The Object peek(int) method simply goes
through the list until it either reaches the element requested, or the end of the list. If
it reaches the end, it should return a null, if not, it should return the
correct location inside the list.
As I have said before, it is very important to
actually test. The ideas could be fine, and logical, but if it doesn't work, it doesn't
work. So, lets convert our pArrayListTest driver to accommodate this class.
import java.io.*;
import pLinkedList;
class pLinkedListTest{
public static void main(String[] args){
pLinkedList l = new pLinkedList();
Integer j = null;
int i;
System.out.println("starting...");
for(i=0;i<5;i++){
j = new Integer((int)(Math.random() * 100));
l.insert(j);
System.out.println("insert: " + j);
}
for(;i<10;i++){
j = new Integer((int)(Math.random() * 100));
l.insertEnd(j);
System.out.println("insertEnd: " + j);
}
for(i=0;i<l.size();i++)
System.out.println("peek "+i+": "+l.peek(i));
for(i=0;i<5;i++)
System.out.println("remove: " + ((Integer)l.remove()));
while(!l.isEmpty())
System.out.println("removeEnd: " + ((Integer)l.removeEnd()));
System.out.println("Done ;-)");
}
}
The test driver is nothing special, it's just a pretty simple conversion of the old test driver, so, I wont spend any time discussing it. The output follows.
starting...
insert: 65
insert: 78
insert: 21
insert: 73
insert: 62
insertEnd: 82
insertEnd: 63
insertEnd: 6
insertEnd: 95
insertEnd: 57
peek 0: 62
peek 1: 73
peek 2: 21
peek 3: 78
peek 4: 65
peek 5: 82
peek 6: 63
peek 7: 6
peek 8: 95
peek 9: 57
remove: 62
remove: 73
remove: 21
remove: 78
remove: 65
removeEnd: 57
removeEnd: 95
removeEnd: 6
removeEnd: 63
removeEnd: 82
Done ;-)
Look over the output, make sure you understand why
you get what you get. Linked lists are one of the most important data structures you'll
ever learn, and it really pays to know them well. Don't forget that you can always
experiment. One exercise I'd like to leave up to the reader is to create a circular list.

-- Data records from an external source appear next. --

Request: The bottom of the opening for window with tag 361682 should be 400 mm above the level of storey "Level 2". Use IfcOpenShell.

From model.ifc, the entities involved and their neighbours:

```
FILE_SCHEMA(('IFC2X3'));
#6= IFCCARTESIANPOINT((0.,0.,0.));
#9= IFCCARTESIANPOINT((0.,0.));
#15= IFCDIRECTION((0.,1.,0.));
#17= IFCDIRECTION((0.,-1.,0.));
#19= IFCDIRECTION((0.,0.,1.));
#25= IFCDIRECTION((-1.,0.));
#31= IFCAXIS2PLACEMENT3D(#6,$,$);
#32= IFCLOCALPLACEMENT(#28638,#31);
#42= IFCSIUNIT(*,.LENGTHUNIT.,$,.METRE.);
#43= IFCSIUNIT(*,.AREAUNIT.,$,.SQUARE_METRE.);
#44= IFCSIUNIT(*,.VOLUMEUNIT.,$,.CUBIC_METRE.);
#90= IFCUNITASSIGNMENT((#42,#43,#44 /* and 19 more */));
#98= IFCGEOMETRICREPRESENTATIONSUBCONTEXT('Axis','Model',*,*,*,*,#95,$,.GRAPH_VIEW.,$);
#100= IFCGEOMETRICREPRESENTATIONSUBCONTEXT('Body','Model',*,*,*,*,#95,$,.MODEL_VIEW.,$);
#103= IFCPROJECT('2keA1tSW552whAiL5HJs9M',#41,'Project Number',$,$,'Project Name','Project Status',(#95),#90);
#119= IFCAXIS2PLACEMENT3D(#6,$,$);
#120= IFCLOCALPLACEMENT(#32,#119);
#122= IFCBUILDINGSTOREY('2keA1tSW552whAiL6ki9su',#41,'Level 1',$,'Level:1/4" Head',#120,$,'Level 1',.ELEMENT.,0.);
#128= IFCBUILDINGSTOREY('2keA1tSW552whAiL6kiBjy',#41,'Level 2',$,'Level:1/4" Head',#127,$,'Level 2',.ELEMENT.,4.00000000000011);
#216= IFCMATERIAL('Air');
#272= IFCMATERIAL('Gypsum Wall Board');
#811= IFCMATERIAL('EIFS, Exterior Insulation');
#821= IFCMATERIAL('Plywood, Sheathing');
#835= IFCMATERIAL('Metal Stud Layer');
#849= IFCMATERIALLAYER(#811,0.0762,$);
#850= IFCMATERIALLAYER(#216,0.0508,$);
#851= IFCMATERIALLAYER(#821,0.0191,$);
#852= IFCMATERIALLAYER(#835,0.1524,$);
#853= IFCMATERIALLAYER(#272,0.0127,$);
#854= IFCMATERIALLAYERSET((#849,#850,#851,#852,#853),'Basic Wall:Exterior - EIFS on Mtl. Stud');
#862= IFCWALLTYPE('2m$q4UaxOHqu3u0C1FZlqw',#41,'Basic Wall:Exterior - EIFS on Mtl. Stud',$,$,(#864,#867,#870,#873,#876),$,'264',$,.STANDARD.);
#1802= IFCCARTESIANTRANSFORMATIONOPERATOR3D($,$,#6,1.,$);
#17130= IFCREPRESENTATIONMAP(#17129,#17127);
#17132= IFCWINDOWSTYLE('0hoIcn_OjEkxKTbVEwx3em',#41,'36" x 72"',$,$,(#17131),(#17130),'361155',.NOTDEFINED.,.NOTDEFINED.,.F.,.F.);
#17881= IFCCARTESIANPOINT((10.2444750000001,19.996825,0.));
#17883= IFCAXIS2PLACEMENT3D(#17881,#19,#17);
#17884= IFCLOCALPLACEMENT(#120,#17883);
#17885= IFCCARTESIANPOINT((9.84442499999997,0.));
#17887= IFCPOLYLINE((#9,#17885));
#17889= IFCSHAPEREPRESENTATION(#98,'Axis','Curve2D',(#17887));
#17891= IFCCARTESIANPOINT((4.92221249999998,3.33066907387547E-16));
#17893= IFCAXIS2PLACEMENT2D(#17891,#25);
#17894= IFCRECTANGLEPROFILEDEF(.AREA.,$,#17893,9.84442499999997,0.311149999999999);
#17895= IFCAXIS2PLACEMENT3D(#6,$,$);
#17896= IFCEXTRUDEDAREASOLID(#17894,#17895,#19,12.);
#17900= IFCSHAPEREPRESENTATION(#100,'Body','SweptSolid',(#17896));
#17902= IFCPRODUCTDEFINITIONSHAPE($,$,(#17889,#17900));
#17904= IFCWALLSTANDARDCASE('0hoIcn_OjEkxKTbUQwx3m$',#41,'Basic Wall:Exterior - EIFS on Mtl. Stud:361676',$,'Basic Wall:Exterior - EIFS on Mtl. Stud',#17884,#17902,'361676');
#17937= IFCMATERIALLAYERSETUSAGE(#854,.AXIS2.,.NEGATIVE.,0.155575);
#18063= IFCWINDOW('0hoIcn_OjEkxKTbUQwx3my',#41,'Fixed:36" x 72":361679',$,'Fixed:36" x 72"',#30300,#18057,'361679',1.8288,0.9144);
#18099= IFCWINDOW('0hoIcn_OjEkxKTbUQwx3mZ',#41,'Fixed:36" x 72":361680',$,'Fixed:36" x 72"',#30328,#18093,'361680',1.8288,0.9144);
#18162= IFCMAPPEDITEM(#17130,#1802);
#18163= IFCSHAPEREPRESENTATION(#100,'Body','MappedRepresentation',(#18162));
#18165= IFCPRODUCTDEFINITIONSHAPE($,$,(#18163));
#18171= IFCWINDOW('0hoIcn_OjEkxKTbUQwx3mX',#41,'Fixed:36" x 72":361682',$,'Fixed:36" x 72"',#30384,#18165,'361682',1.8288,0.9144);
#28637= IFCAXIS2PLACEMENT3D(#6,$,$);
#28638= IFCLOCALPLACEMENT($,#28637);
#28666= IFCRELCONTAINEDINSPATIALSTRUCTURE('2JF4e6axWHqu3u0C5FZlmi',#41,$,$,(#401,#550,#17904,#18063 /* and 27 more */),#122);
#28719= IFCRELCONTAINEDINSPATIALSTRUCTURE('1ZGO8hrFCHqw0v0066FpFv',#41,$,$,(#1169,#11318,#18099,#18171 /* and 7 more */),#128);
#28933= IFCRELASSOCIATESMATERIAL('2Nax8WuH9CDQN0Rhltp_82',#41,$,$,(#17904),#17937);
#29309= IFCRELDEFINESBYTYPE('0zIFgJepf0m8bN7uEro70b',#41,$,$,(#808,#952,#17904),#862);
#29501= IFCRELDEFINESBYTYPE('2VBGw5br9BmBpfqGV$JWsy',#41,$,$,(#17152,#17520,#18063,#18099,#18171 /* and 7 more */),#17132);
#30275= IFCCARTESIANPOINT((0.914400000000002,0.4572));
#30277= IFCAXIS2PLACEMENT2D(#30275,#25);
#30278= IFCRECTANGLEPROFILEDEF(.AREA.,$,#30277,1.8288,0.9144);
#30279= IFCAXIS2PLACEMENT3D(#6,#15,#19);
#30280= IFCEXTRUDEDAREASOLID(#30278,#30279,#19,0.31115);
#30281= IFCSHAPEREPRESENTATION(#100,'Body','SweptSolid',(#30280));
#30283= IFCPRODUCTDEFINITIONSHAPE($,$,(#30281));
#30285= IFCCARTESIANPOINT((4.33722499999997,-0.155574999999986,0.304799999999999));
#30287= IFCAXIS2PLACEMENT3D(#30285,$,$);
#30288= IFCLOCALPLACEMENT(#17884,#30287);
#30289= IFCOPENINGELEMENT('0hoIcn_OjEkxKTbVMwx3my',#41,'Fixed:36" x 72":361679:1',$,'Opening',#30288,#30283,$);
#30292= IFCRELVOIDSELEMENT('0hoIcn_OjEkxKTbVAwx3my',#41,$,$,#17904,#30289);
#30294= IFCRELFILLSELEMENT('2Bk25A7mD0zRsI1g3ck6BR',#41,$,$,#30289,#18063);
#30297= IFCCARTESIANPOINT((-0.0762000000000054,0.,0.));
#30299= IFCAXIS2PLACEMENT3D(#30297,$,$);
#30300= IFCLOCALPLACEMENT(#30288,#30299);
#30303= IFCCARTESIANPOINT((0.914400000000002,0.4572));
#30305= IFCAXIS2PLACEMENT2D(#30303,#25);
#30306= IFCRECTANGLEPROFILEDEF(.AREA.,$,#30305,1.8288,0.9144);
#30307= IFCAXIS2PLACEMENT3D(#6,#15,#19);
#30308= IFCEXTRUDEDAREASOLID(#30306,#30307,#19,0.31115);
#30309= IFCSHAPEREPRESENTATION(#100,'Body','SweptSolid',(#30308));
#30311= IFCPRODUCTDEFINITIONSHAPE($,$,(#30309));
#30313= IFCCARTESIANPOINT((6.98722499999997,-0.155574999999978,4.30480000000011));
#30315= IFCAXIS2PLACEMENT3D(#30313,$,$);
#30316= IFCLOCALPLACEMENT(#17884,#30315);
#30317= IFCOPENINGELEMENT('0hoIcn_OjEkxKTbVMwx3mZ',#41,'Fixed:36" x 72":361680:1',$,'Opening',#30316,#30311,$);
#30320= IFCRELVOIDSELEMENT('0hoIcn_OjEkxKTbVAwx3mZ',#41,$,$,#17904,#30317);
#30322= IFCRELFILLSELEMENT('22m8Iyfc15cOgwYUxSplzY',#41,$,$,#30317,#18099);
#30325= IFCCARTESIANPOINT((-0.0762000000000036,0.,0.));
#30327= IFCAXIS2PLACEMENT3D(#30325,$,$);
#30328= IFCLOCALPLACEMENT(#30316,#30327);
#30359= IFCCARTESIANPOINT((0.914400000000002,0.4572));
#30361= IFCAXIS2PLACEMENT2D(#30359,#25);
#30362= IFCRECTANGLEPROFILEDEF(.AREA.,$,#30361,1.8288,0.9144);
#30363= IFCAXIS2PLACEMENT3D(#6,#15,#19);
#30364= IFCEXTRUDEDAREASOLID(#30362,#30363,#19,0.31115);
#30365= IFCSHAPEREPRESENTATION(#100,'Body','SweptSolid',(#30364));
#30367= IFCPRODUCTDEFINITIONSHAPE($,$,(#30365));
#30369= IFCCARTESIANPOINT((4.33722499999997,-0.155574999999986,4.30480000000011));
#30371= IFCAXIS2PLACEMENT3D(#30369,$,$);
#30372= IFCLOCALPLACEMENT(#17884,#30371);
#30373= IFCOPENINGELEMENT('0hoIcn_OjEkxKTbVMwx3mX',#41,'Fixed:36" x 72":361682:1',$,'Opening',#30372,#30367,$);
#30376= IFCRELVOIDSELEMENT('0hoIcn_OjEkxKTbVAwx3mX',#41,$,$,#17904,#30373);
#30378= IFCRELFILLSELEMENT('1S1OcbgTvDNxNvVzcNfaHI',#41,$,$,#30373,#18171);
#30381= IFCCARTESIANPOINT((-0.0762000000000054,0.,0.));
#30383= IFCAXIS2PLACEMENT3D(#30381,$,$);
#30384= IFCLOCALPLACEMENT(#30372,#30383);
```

```python
import numpy as np
import ifcopenshell
import ifcopenshell.api.geometry
import ifcopenshell.geom
import ifcopenshell.util.element
import ifcopenshell.util.placement
import ifcopenshell.util.shape
import ifcopenshell.util.unit

model = ifcopenshell.open("model.ifc")
unit_scale = ifcopenshell.util.unit.calculate_unit_scale(model)

window = model.by_guid("0hoIcn_OjEkxKTbUQwx3mX")
opening = window.FillsVoids[0].RelatingOpeningElement
storey = ifcopenshell.util.element.get_container(window, ifc_class="IfcBuildingStorey")
level = ifcopenshell.util.placement.get_local_placement(storey.ObjectPlacement)[2, 3]

# The opening's origin need not be at the sill, so measure its lowest point.
shape = ifcopenshell.geom.create_shape(ifcopenshell.geom.settings(), opening)
bottom = ifcopenshell.util.shape.get_shape_bottom_elevation(shape, shape.geometry) / unit_scale
dz = level + 0.4 - bottom

shift = np.array([0.0, 0.0, dz])
# The window is placed relative to its opening, so it follows when the opening moves.
matrix = ifcopenshell.util.placement.get_local_placement(opening.ObjectPlacement)
matrix[:3, 3] += shift
ifcopenshell.api.geometry.edit_object_placement(
    model, product=opening, matrix=matrix, is_si=False, should_transform_children=True
)

print(f"moved by {dz * unit_scale:+.3f} m")

model.write("model_edited.ifc")
```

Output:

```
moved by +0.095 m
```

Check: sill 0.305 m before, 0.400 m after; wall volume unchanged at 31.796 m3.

In a circular list, the last node is not pointing to null, but to the first
node (creating a circle). Sometimes, lists are also implemented using two pointers; and
there are many other variations you should consider and try yourself. You can even make it
faster by having a "dummy" first node and/or "tail" node. This will
eliminate most special cases, making it faster on insertions and deletions.

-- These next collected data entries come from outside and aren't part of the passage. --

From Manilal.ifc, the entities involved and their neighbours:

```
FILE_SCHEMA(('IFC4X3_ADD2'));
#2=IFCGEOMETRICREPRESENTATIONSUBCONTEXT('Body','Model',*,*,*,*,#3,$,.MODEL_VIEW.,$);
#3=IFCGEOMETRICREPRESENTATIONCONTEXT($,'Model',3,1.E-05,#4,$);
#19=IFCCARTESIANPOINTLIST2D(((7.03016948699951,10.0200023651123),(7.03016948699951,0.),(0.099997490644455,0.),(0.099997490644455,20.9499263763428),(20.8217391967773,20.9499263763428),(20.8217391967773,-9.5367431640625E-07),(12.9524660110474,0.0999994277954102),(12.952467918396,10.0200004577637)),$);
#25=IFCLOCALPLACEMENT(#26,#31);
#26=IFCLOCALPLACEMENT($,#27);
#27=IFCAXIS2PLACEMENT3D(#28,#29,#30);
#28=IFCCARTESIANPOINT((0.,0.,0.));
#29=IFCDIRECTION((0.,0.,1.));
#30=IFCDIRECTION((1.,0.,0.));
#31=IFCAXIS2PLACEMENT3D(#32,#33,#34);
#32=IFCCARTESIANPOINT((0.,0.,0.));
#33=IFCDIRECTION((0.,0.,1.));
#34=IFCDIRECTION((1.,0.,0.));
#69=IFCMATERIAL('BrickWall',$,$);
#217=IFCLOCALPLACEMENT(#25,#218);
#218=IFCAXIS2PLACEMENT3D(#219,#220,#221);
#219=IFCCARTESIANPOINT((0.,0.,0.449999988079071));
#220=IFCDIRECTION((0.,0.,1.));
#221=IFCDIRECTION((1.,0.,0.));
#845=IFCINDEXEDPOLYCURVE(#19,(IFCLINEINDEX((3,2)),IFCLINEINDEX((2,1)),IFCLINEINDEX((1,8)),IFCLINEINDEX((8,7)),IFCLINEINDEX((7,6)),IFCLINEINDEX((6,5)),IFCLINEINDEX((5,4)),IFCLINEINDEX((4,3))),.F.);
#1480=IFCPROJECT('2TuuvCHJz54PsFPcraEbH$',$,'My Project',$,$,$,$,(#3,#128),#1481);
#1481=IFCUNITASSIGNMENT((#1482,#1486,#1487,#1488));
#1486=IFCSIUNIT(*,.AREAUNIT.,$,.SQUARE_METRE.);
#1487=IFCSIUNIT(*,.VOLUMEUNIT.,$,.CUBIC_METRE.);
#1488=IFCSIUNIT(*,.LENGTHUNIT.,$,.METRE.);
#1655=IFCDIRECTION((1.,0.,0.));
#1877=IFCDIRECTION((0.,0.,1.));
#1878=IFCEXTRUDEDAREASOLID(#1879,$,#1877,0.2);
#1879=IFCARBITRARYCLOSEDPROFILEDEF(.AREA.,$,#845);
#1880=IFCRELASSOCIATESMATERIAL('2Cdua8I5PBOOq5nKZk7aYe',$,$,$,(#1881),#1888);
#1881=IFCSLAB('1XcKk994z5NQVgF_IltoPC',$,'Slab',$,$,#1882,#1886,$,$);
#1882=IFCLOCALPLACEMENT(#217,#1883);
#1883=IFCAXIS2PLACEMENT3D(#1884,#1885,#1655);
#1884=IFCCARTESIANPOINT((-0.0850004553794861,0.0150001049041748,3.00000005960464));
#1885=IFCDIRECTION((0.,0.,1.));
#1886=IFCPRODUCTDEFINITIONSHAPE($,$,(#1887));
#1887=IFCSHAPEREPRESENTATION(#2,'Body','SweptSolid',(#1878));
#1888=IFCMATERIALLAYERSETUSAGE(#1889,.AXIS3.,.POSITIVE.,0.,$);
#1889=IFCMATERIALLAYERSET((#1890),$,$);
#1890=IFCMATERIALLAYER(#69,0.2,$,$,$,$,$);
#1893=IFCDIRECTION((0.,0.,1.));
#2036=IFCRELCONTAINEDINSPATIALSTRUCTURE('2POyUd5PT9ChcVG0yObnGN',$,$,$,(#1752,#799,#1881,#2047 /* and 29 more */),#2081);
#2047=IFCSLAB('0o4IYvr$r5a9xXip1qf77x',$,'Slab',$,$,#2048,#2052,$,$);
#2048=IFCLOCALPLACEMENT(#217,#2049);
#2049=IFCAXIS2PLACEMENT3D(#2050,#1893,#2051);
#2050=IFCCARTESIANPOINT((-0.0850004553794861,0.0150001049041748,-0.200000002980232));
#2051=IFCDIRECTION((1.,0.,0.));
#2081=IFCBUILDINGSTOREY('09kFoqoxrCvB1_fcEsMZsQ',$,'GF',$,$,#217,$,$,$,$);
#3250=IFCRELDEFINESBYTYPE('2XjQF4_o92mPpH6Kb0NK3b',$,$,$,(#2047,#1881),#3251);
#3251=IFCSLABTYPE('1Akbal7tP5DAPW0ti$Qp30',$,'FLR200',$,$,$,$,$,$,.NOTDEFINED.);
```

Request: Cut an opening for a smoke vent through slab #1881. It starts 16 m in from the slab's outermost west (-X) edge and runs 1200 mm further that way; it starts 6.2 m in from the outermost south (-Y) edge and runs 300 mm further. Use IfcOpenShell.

```python
import numpy as np
import ifcopenshell
import ifcopenshell.api.feature
import ifcopenshell.api.geometry
import ifcopenshell.api.root
import ifcopenshell.geom
import ifcopenshell.util.placement
import ifcopenshell.util.representation
import ifcopenshell.util.shape
import ifcopenshell.util.unit

model = ifcopenshell.open("Manilal.ifc")
unit_scale = ifcopenshell.util.unit.calculate_unit_scale(model)
settings = ifcopenshell.geom.settings()


def volume(element):
    """Net volume in cubic metres, openings subtracted."""
    shape = ifcopenshell.geom.create_shape(settings, element)
    return ifcopenshell.util.shape.get_volume(shape.geometry)


slab = model.by_guid("1XcKk994z5NQVgF_IltoPC")
before = volume(slab)

# Extent in the slab's own axes, in metres. The edges named are its -X and -Y sides.
slab_shape = ifcopenshell.geom.create_shape(settings, slab)
vertices = ifcopenshell.util.shape.get_vertices(slab_shape.geometry)
x_min, y_min, bottom = vertices.min(axis=0)
top = vertices[:, 2].max()

opening = ifcopenshell.api.root.create_entity(model, ifc_class="IfcOpeningElement", name="Smoke vent opening", predefined_type="OPENING")
context = ifcopenshell.util.representation.get_context(model, "Model", "Body", "MODEL_VIEW")
width, depth = 1.2, 0.3
outline = [(0.0, 0.0), (width, 0.0), (width, depth), (0.0, depth), (0.0, 0.0)]
# Overshoot both faces by 50 mm so the cut is clean.
shape = ifcopenshell.api.geometry.add_slab_representation(
    model, context=context, depth=top - bottom + 0.1, polyline=outline
)
ifcopenshell.api.geometry.assign_representation(model, product=opening, representation=shape)

matrix = ifcopenshell.util.placement.get_local_placement(slab.ObjectPlacement)
matrix[:, 3] = matrix @ np.append(np.array([x_min + 16, y_min + 6.2, bottom - 0.05]) / unit_scale, 1.0)
ifcopenshell.api.geometry.edit_object_placement(model, product=opening, matrix=matrix, is_si=False)
ifcopenshell.api.feature.add_feature(model, feature=opening, element=slab)

after = volume(slab)

print(f"slab volume {before:.3f} -> {after:.3f} m3")

model.write("Manilal-out.ifc")
```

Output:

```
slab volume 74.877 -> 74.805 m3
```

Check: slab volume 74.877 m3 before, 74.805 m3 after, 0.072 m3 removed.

I guess that's it for the lists, next, I'll show you how to do simple and easy tricks to re-use code.
We have already written quite a lot of useful stuff, and there might come a time, when you're just too lazy to write something new, and would like to reuse the old source. This section will show you how you can convert some data structures previously devised, to implement a stack and a queue, with almost no creativity (by simply reusing the old source).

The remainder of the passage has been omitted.